Minister for Social Development, Youth and Sports of Gandaki Province
- Incumbent
- Assumed office 2 September 2024
- Governor: Dilli Raj Bhatta
- Chief minister: Surendra Raj Pandey
- Preceded by: Himself

Minister for Social Development and Health of Gandaki Province
- In office 29 May 2024 – 2 September 2024
- Governor: Dilli Raj Bhatta
- Chief minister: Surendra Raj Pandey
- Preceded by: Sita Kumari Sundas
- Succeeded by: Himself Krishna Prasad Pathak

Minister for Energy, Water Resources and Water Supply of Gandaki Province
- In office 29 May 2024 – 11 June 2024
- Governor: Dilli Raj Bhatta
- Chief minister: Surendra Raj Pandey
- Preceded by: Ved Bahadur Gurung
- Succeeded by: Phandindra Devkota

Minister for Law, Communication and Provincial Assembly Affairs of Gandaki Province
- In office 23 July 2021 – 9 January 2023
- Governor: Sita Kumari Poudel Prithvi Man Gurung
- Chief Minister: Krishna Chandra Nepali Pokharel
- Preceded by: Ministry established
- Succeeded by: Ministry abolished

Member of the Gandaki Provincial Assembly
- Incumbent
- Assumed office 21 January 2018
- Preceded by: Constituency established
- Constituency: Kaski 2(B)

Personal details
- Born: 25/10/1959 Pokhara, Nepal
- Party: Nepali Congress
- Website: bindukthapa.com

= Bindu Kumar Thapa =

Nepali politician

Bindu Kumar Thapa (बिंदु कुमार थापा) is a Nepali politician. He is a member of Nepali Congress.

On September 9, 2025, his house was burnt by the GenZ protesters because of an image of his son Saugat Thapa beside a christmas tree of luxury items that went viral during the anti-corruption protest on and before September 8, 2025.

== Career ==
Thapa served as a Member of Parliament of Gandaki Province Assembly in the provincial election of 2017. He was reelected in the provincial election of 2022.

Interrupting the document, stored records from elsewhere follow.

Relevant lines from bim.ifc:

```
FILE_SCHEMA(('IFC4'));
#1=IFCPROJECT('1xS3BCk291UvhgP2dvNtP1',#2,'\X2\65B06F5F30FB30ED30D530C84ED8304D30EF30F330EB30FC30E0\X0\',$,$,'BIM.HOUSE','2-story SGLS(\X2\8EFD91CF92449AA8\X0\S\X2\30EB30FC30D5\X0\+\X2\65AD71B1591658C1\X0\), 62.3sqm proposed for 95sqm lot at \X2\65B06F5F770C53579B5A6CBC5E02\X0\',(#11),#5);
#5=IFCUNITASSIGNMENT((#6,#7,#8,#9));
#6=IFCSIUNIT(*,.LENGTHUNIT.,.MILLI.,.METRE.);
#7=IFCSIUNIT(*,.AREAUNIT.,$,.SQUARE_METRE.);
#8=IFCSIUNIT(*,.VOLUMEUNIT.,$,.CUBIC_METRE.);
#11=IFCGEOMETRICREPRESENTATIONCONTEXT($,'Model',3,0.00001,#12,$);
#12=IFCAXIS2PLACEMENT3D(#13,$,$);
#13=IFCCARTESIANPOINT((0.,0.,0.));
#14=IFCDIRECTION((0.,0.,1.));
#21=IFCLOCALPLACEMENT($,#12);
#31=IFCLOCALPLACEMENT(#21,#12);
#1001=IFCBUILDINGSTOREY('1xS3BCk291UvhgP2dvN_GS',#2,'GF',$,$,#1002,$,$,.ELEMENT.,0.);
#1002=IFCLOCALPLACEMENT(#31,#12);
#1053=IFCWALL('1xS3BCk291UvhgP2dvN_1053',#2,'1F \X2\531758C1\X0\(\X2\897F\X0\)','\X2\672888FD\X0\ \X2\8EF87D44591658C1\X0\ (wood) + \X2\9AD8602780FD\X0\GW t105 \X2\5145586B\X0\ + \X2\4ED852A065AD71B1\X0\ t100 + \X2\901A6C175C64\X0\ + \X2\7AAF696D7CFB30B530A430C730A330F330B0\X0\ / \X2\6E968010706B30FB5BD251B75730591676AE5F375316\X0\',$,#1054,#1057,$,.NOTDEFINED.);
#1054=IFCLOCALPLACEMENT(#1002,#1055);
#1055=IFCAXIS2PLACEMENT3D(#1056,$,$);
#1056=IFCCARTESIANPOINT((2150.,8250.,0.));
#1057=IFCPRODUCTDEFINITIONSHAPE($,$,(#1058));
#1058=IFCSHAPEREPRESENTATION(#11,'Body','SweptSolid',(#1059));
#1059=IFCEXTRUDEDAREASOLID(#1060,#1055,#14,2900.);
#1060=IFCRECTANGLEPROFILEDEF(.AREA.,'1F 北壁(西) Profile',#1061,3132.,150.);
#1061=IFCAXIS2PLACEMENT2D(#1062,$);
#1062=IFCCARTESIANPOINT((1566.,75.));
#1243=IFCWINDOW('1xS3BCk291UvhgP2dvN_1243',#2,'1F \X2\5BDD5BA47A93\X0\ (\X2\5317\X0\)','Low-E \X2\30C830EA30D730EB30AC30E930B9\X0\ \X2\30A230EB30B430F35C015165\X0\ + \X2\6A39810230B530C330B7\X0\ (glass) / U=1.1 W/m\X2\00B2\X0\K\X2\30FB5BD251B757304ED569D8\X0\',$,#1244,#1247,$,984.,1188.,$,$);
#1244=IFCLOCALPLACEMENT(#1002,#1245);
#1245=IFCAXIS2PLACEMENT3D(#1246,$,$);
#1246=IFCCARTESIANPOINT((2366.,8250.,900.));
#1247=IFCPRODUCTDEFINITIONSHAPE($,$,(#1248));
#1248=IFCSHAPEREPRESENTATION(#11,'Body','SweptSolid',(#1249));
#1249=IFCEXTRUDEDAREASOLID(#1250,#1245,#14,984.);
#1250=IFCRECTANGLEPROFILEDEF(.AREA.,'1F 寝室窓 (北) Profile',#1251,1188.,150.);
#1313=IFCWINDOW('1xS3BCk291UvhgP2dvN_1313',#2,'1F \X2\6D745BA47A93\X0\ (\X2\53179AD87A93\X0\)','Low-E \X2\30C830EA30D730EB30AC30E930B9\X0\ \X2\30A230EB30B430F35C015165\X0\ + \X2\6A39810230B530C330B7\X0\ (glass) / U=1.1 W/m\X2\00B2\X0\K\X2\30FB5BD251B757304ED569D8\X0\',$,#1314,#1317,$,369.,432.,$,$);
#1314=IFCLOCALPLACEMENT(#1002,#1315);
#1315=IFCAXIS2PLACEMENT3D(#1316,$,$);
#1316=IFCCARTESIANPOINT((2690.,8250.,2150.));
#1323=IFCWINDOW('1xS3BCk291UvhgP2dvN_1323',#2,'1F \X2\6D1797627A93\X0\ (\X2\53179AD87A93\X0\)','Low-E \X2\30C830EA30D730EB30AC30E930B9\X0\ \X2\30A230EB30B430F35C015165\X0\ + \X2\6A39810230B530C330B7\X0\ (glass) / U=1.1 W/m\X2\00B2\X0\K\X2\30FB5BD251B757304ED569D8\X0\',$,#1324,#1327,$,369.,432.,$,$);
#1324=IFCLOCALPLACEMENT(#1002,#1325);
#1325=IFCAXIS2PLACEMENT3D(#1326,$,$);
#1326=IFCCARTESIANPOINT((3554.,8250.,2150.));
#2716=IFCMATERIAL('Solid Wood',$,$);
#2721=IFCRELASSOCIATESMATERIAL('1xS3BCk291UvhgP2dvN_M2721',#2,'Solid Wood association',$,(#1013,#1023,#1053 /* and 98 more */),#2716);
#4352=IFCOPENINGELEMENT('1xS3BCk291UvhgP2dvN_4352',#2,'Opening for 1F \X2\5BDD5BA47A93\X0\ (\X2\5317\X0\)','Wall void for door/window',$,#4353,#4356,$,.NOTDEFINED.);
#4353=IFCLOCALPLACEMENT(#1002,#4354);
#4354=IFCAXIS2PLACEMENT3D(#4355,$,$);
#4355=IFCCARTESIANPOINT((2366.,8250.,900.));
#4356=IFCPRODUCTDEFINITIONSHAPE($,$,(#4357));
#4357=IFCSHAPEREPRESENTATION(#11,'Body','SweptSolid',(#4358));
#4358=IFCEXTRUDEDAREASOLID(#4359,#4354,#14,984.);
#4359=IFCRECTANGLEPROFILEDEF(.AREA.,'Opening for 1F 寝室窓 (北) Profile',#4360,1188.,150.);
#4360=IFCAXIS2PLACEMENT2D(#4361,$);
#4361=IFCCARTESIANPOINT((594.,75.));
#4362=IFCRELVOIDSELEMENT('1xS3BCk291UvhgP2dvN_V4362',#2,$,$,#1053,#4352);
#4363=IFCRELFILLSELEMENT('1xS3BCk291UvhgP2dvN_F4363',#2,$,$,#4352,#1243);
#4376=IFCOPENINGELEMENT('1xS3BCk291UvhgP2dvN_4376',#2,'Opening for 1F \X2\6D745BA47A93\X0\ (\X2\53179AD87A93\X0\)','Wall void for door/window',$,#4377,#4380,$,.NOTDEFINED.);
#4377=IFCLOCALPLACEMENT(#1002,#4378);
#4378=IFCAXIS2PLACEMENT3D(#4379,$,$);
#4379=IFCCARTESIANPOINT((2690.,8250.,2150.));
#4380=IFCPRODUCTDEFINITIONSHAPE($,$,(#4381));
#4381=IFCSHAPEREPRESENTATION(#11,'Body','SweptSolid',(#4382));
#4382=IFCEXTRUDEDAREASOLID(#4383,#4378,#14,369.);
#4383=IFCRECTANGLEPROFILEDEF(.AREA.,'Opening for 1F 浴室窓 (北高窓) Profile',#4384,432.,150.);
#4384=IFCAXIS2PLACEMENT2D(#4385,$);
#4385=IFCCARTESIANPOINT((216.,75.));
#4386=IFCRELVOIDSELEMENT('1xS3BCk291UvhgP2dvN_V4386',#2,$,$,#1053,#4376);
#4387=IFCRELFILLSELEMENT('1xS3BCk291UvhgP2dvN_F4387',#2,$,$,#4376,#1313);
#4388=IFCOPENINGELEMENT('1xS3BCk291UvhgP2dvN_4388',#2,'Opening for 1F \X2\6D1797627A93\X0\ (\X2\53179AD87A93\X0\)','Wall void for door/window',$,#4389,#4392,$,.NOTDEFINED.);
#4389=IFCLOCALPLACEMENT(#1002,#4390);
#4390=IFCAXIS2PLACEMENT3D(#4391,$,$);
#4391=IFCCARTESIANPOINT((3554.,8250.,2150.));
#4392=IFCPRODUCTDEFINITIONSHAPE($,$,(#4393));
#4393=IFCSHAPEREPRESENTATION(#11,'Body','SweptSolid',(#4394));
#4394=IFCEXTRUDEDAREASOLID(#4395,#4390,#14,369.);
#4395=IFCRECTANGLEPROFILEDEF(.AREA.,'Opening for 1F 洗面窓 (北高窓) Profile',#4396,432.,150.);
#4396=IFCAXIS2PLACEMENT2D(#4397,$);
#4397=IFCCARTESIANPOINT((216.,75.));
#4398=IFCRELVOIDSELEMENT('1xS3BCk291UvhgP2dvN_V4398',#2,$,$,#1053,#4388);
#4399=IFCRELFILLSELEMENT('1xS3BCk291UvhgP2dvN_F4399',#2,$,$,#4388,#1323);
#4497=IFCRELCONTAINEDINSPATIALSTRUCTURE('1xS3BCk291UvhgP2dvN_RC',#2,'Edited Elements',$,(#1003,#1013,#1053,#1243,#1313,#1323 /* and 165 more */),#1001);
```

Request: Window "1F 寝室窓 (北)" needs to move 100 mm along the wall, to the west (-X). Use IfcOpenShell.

```python
import ifcopenshell
import ifcopenshell.api.geometry
import ifcopenshell.util.placement
import ifcopenshell.util.unit

model = ifcopenshell.open("bim.ifc")
unit_scale = ifcopenshell.util.unit.calculate_unit_scale(model)

window = model.by_id(1243)
opening = window.FillsVoids[0].RelatingOpeningElement
wall = opening.VoidsElements[0].RelatingBuildingElement

wall_matrix = ifcopenshell.util.placement.get_local_placement(wall.ObjectPlacement)
shift = wall_matrix[:3, 0] * -0.1 / unit_scale
before = ifcopenshell.util.placement.get_local_placement(window.ObjectPlacement)[:3, 3].copy()

# The window is not placed relative to its opening, so move both.
for product in (opening, window):
    matrix = ifcopenshell.util.placement.get_local_placement(product.ObjectPlacement)
    matrix[:3, 3] += shift
    ifcopenshell.api.geometry.edit_object_placement(model, product=product, matrix=matrix, is_si=False)

after = ifcopenshell.util.placement.get_local_placement(window.ObjectPlacement)[:3, 3]
print("window moved by", (after - before).round(3) + 0.0)

model.write("bim-out.ifc")
```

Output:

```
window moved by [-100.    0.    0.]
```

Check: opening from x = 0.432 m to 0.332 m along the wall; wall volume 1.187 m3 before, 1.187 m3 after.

He was elected as a member of Gandaki Province Assembly for the second time in the local election held on 2022 Gandaki Province Provincial Assembly.

Thapa was elected to the 2017 provincial assembly elections from Kaski 2(A). Thapa was the only elected member of provincial assembly from Kaski District representing Nepali Congress.

He joined Krishna Chandra Nepali cabinet as Minister for Law, Communication and Provincial Assembly Affairs on July 23 2021, remaining until 12/2022.

He was re-elected as a Member of Parliament in the 2022 elections from Gandaki Province winning twice in a row and creating history in the Nepali Congress, Kaski. He is also the Vice Parliamentary leader of the Nepali Congress, Gandaki Province. He served as a Minister for Social Development & Health of Gandaki Province, Nepal from 29 May 2024 to 1st September. Currently, he is serving as a Minister for Social Development, Youth & Sports of Gandaki Province, Nepal since 1st September 2024.